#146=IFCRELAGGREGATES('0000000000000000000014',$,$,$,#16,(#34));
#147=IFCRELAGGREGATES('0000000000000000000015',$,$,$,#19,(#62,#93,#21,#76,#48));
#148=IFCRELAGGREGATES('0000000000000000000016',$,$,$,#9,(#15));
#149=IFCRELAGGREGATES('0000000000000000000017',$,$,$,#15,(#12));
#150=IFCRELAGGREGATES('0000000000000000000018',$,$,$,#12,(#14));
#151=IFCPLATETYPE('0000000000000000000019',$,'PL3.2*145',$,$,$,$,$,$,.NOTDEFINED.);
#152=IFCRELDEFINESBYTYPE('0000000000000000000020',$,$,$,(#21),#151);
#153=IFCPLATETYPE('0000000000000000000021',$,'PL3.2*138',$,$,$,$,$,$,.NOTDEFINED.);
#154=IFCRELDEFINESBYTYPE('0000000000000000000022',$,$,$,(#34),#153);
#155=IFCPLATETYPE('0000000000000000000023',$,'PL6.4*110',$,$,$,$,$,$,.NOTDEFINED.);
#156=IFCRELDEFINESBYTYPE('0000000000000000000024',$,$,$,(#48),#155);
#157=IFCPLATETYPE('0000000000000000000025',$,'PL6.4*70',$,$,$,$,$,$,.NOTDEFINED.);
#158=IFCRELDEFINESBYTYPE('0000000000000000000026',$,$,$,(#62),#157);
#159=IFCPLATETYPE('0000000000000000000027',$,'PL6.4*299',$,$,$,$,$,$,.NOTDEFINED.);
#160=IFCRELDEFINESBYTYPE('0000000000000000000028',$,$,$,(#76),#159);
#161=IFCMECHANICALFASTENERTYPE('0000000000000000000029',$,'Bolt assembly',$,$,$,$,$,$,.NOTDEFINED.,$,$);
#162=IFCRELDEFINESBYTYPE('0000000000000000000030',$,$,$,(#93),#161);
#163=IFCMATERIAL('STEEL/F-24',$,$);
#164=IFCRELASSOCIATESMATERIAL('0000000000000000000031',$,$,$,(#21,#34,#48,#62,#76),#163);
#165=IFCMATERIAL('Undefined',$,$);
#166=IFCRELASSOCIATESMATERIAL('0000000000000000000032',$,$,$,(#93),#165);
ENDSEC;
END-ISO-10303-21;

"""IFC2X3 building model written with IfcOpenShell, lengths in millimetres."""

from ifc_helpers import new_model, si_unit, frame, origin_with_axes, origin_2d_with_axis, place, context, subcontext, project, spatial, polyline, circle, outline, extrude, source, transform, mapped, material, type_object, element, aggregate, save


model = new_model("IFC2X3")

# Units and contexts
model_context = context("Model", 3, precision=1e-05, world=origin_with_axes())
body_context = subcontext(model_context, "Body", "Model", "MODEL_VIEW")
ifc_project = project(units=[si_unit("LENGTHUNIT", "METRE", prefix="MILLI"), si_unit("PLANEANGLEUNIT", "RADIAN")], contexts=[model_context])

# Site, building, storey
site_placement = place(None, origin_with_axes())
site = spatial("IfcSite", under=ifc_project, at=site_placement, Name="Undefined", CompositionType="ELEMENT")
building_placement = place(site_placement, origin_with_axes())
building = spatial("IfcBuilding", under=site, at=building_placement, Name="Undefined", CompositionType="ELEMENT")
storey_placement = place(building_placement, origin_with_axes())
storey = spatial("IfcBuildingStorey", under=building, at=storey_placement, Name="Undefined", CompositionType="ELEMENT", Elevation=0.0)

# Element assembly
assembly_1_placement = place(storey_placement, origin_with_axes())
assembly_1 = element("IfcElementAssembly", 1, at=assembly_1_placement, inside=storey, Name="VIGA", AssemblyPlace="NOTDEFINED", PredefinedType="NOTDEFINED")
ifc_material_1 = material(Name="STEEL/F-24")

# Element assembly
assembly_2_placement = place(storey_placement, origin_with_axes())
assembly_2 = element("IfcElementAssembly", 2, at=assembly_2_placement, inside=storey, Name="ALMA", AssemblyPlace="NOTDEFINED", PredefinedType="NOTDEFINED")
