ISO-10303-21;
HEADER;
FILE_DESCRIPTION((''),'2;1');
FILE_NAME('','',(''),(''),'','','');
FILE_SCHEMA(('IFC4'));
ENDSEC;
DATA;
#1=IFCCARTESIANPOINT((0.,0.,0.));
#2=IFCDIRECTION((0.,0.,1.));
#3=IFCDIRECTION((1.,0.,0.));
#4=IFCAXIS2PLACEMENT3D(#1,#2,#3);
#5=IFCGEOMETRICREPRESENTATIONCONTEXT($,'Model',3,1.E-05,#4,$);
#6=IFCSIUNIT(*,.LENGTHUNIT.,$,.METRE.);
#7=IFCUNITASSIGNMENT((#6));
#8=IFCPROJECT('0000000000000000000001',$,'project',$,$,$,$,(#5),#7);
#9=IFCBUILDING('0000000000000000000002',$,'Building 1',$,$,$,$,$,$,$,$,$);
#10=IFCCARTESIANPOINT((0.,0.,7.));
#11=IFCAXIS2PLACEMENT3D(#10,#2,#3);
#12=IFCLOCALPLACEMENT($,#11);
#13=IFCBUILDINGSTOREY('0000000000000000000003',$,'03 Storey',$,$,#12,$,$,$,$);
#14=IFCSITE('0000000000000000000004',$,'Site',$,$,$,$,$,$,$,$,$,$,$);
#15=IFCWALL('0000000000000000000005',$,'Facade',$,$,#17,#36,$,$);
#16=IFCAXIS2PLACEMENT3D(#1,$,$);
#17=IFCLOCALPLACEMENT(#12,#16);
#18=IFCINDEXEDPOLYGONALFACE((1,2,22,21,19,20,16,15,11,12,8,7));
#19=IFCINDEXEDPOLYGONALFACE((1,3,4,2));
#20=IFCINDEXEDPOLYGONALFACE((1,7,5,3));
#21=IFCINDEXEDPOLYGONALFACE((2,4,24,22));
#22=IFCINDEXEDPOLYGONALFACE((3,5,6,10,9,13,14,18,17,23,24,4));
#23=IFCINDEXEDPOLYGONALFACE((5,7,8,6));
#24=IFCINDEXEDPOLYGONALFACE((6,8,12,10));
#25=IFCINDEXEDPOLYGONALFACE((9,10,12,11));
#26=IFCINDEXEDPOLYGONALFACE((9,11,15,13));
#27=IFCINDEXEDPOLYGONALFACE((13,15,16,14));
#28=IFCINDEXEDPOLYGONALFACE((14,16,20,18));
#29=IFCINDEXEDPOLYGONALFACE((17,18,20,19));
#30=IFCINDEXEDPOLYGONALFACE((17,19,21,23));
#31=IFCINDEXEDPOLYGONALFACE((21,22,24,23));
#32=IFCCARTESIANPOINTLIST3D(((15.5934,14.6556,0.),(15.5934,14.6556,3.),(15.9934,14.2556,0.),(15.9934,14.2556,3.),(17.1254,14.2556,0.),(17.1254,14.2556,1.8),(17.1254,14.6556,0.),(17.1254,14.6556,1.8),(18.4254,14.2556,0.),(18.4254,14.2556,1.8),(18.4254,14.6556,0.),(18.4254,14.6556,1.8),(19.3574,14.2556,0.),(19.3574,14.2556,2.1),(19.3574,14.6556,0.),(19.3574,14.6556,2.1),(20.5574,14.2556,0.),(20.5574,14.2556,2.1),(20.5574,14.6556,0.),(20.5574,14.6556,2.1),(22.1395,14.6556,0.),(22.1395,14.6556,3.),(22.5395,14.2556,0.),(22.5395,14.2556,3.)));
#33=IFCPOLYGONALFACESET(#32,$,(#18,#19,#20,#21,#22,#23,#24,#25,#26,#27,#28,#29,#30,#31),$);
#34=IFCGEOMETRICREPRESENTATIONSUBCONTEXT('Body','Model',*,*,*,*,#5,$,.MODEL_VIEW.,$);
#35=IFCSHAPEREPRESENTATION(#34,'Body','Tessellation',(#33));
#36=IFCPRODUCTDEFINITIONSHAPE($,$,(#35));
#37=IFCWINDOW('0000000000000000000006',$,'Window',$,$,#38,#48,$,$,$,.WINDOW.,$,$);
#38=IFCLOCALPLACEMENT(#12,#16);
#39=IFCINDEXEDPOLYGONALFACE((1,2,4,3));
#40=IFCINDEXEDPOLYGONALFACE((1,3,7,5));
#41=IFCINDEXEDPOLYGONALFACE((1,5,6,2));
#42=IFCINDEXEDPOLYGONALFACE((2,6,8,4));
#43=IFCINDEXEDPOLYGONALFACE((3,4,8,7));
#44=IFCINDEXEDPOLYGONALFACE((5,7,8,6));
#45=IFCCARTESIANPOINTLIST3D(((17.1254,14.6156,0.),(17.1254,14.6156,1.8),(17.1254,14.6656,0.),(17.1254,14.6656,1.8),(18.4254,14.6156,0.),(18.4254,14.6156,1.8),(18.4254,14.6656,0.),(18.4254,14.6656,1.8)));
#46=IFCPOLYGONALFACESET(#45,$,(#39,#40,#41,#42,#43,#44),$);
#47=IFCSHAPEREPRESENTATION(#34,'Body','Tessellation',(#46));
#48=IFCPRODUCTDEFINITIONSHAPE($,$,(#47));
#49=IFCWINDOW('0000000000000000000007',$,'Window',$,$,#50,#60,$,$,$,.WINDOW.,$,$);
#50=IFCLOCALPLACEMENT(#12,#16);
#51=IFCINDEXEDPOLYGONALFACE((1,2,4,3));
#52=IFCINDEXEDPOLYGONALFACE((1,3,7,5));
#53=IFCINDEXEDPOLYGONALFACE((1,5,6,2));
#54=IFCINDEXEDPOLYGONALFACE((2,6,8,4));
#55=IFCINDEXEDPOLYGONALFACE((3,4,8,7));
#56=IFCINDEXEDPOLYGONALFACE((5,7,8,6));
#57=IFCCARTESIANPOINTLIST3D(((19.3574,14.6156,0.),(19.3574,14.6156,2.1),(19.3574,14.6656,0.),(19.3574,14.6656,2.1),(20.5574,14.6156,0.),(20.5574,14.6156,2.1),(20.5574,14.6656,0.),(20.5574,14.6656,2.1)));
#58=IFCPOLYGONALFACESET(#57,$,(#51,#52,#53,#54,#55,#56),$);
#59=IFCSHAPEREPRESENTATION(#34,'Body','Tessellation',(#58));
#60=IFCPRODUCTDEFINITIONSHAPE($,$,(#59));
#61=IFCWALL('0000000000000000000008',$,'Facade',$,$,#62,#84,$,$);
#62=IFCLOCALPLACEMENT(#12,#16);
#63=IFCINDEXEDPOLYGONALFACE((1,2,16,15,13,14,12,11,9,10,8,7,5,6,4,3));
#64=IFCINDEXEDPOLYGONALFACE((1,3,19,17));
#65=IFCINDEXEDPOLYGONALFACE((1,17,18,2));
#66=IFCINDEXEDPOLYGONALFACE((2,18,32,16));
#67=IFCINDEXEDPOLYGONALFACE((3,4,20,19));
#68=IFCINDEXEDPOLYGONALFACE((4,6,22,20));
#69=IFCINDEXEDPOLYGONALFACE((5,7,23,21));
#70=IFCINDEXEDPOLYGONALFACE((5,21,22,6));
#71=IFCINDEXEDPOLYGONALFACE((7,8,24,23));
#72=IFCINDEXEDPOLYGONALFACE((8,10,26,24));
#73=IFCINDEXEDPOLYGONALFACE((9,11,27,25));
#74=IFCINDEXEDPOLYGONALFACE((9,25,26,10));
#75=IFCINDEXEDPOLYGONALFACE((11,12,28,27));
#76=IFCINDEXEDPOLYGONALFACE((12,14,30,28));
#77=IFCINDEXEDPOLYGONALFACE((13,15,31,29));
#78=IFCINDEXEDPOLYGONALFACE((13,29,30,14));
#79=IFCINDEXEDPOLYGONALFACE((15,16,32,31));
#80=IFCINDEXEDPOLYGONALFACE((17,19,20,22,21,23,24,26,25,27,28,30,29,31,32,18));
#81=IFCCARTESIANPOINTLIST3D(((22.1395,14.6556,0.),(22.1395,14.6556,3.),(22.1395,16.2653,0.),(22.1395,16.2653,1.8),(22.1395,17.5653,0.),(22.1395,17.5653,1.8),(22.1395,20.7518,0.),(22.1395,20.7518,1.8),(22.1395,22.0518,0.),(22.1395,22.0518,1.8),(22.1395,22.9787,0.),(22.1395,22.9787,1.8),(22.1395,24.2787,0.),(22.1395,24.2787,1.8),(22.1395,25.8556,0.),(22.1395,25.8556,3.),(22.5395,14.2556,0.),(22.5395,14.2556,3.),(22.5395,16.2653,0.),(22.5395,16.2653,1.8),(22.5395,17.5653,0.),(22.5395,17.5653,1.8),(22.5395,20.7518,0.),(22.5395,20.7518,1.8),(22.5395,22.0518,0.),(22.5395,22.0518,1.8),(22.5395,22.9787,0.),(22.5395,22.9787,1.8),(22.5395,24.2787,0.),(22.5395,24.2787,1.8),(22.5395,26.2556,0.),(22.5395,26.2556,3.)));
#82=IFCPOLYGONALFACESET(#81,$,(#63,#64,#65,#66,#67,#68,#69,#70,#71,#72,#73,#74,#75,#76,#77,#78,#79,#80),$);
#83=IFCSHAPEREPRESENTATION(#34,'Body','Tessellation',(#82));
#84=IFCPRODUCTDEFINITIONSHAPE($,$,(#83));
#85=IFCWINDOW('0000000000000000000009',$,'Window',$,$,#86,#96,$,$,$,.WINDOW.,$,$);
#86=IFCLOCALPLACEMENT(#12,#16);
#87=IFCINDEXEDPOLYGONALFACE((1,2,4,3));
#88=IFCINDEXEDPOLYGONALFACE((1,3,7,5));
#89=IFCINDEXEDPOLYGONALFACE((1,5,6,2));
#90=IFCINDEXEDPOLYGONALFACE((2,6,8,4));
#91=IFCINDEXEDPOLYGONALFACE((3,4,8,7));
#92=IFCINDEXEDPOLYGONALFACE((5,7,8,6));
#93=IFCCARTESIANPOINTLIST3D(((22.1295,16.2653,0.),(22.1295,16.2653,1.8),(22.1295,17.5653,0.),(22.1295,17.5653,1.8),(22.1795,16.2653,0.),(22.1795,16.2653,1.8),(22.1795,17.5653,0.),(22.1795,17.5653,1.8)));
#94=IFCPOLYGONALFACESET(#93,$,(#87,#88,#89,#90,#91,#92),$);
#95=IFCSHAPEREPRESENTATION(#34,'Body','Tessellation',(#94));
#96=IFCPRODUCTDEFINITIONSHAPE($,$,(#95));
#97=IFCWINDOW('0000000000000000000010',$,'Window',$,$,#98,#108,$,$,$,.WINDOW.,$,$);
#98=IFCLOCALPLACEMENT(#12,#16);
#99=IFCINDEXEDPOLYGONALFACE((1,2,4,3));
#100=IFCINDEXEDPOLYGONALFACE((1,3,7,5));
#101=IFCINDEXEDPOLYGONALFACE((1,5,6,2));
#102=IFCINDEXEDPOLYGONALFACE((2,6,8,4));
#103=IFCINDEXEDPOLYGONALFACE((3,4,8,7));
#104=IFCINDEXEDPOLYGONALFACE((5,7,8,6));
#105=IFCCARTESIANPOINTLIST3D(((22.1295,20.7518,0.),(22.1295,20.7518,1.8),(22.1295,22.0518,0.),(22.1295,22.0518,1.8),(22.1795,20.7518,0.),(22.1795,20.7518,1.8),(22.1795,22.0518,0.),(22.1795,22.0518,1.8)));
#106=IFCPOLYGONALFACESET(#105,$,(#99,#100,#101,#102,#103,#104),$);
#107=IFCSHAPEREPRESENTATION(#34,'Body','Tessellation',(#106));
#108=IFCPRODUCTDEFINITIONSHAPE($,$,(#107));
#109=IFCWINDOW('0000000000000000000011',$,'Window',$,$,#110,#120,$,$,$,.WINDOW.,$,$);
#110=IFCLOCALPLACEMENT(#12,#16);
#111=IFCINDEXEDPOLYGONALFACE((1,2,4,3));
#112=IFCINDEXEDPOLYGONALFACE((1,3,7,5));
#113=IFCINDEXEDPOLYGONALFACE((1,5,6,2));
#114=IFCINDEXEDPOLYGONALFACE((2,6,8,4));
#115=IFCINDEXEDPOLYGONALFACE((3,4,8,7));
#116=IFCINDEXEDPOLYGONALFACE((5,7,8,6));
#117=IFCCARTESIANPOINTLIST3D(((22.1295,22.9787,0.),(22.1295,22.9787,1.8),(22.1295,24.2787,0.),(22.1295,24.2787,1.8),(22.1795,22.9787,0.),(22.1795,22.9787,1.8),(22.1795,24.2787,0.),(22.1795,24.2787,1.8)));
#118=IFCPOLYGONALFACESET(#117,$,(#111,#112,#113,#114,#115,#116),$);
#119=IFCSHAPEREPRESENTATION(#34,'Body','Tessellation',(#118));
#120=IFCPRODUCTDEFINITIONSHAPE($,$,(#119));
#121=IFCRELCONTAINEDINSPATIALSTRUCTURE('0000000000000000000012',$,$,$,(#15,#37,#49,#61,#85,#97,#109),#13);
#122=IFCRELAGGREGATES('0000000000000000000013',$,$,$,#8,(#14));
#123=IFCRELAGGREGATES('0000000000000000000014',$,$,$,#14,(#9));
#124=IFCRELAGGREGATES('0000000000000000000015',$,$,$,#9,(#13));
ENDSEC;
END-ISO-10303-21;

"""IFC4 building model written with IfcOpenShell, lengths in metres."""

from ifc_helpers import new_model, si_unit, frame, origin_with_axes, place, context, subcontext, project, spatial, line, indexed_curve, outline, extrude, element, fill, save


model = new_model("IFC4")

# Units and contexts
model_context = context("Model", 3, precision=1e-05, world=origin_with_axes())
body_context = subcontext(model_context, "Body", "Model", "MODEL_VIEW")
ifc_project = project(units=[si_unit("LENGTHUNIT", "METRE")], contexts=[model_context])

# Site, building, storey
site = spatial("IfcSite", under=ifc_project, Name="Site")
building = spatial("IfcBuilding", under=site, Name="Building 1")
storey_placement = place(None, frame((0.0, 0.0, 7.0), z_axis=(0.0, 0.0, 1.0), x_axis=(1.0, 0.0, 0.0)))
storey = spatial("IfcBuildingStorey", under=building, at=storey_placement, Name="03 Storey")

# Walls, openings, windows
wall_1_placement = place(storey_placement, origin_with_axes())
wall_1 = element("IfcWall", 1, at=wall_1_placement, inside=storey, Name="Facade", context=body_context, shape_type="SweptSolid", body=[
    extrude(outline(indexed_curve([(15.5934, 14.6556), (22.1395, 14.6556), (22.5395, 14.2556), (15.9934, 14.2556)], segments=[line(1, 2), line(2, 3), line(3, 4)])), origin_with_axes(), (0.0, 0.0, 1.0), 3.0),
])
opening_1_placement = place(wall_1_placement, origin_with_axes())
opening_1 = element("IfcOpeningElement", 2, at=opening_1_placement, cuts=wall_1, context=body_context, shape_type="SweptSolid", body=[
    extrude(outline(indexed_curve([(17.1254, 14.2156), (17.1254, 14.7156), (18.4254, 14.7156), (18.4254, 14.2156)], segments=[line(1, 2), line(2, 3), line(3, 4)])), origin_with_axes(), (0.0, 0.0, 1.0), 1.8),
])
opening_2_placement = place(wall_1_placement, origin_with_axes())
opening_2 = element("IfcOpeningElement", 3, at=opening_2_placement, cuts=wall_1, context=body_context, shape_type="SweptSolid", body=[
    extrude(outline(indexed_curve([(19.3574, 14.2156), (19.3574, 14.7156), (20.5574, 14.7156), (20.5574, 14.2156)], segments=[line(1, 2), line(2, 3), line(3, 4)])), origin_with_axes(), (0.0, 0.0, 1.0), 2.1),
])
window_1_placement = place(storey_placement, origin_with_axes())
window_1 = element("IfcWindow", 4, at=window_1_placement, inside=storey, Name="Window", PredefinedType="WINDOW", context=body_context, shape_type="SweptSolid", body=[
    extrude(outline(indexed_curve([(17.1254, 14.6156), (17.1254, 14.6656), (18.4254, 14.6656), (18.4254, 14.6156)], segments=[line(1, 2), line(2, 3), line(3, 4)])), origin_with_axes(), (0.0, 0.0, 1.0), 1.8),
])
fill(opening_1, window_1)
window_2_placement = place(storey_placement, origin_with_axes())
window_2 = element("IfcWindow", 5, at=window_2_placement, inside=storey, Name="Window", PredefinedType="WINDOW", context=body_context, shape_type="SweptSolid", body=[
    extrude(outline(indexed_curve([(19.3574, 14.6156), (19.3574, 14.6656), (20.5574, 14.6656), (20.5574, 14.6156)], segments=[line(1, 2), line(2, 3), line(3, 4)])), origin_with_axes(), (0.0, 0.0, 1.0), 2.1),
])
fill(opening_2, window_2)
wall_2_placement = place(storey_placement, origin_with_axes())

□ □ □ □

## WHAT THIS TASK INVOLVES
All that is needed is the exact run of lines above from the line containing "site_placement = place(None, origin_with_axes())" through the line containing "storey_placement = place(building_placement, origin_with_axes())", both of them included.

## SOLUTION TO THIS EXERCISE
site_placement = place(None, origin_with_axes())
site = spatial("IfcSite", under=ifc_project, at=site_placement, Name="Undefined", CompositionType="ELEMENT")
building_placement = place(site_placement, origin_with_axes())
building = spatial("IfcBuilding", under=site, at=building_placement, Name="Undefined", CompositionType="ELEMENT")
storey_placement = place(building_placement, origin_with_axes())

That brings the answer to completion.